**Task**
Where a line holds the word "IFCSIUNIT", copy it from the records.

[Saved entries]
◆ ◆ ◆ ◆ ◆ ◆ ◆

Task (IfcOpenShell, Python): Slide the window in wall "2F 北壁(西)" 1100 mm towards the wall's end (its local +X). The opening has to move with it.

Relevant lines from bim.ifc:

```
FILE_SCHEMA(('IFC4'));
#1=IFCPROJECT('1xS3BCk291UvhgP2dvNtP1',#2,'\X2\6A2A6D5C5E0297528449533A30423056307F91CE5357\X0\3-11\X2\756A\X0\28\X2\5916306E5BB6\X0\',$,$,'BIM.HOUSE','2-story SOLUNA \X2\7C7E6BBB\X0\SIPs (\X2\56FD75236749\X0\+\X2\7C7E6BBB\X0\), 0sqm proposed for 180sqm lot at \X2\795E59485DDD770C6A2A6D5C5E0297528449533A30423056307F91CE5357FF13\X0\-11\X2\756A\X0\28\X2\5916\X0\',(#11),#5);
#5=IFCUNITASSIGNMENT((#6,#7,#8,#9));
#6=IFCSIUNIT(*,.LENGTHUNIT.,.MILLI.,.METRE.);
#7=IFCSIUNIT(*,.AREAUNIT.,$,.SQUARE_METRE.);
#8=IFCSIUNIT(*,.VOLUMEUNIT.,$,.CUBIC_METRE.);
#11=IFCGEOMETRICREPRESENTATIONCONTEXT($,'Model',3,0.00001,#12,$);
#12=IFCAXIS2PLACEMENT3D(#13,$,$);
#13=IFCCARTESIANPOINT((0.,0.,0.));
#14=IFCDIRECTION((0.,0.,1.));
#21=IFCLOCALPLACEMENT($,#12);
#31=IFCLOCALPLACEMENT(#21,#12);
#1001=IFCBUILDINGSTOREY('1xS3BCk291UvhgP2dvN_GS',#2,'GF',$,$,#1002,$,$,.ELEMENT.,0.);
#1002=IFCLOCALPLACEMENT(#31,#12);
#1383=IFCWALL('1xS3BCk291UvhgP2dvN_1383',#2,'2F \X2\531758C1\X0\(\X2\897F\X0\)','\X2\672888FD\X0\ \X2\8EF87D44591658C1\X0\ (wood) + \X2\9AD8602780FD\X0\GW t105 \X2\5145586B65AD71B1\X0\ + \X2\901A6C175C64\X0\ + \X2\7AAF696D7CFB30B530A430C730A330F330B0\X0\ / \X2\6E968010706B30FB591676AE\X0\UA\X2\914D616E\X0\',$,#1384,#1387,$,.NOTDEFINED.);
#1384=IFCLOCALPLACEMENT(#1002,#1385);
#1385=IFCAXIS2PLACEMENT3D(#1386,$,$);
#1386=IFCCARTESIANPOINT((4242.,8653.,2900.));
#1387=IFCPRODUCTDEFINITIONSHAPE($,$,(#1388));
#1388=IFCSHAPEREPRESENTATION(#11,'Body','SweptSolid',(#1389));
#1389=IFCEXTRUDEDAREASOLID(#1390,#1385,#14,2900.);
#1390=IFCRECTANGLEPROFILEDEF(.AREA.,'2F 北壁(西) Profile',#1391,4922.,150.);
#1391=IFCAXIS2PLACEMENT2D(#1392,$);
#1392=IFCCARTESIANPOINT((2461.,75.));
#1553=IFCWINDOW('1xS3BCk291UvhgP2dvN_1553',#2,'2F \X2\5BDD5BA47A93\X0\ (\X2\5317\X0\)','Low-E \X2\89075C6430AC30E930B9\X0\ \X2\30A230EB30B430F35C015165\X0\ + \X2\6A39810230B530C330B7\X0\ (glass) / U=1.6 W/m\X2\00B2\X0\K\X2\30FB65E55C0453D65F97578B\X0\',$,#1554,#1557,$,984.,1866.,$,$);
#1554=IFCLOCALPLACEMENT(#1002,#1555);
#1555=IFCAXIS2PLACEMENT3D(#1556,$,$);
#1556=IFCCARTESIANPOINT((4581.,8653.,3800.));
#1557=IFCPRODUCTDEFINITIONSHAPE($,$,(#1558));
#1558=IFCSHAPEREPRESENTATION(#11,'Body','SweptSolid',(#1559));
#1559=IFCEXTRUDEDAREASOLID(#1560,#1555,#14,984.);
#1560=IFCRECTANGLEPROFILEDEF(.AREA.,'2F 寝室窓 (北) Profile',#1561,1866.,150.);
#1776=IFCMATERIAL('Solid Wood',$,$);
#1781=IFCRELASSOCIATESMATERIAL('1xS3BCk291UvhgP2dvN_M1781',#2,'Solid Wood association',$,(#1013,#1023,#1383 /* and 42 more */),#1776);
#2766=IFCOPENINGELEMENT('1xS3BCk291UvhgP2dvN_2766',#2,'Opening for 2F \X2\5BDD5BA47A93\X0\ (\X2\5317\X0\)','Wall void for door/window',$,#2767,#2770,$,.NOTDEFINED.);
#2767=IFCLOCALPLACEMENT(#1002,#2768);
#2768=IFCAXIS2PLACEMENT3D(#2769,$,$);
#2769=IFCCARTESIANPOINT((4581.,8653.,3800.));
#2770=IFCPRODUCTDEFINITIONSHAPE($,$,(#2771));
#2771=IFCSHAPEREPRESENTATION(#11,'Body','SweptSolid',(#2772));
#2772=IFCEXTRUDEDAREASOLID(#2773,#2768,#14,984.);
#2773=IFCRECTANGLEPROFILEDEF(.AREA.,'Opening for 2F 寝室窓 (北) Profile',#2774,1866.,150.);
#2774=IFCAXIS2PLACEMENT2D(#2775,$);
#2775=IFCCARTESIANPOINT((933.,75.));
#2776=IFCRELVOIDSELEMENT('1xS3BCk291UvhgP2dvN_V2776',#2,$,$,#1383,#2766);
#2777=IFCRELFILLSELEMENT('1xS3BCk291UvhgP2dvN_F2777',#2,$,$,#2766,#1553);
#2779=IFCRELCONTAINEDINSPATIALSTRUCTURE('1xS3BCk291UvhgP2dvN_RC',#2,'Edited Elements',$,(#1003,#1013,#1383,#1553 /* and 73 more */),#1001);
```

```python
import ifcopenshell
import ifcopenshell.api.geometry
import ifcopenshell.util.placement
import ifcopenshell.util.unit

model = ifcopenshell.open("bim.ifc")
unit_scale = ifcopenshell.util.unit.calculate_unit_scale(model)

window = model.by_guid("1xS3BCk291UvhgP2dvN_1553")
opening = window.FillsVoids[0].RelatingOpeningElement
wall = opening.VoidsElements[0].RelatingBuildingElement

wall_matrix = ifcopenshell.util.placement.get_local_placement(wall.ObjectPlacement)
shift = wall_matrix[:3, 0] * 1.1 / unit_scale
before = ifcopenshell.util.placement.get_local_placement(window.ObjectPlacement)[:3, 3].copy()

# The window is not placed relative to its opening, so move both.
for product in (opening, window):
    matrix = ifcopenshell.util.placement.get_local_placement(product.ObjectPlacement)
    matrix[:3, 3] += shift
    ifcopenshell.api.geometry.edit_object_placement(model, product=product, matrix=matrix, is_si=False)

after = ifcopenshell.util.placement.get_local_placement(window.ObjectPlacement)[:3, 3]
print("window moved by", (after - before).round(3) + 0.0)

model.write("bim_edited.ifc")
```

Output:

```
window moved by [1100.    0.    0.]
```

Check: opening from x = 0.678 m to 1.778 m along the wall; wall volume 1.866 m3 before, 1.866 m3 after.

◆ ◆ ◆ ◆ ◆ ◆ ◆

**Output for this exercise**
#6=IFCSIUNIT(*,.LENGTHUNIT.,.MILLI.,.METRE.);
#7=IFCSIUNIT(*,.AREAUNIT.,$,.SQUARE_METRE.);
#8=IFCSIUNIT(*,.VOLUMEUNIT.,$,.CUBIC_METRE.);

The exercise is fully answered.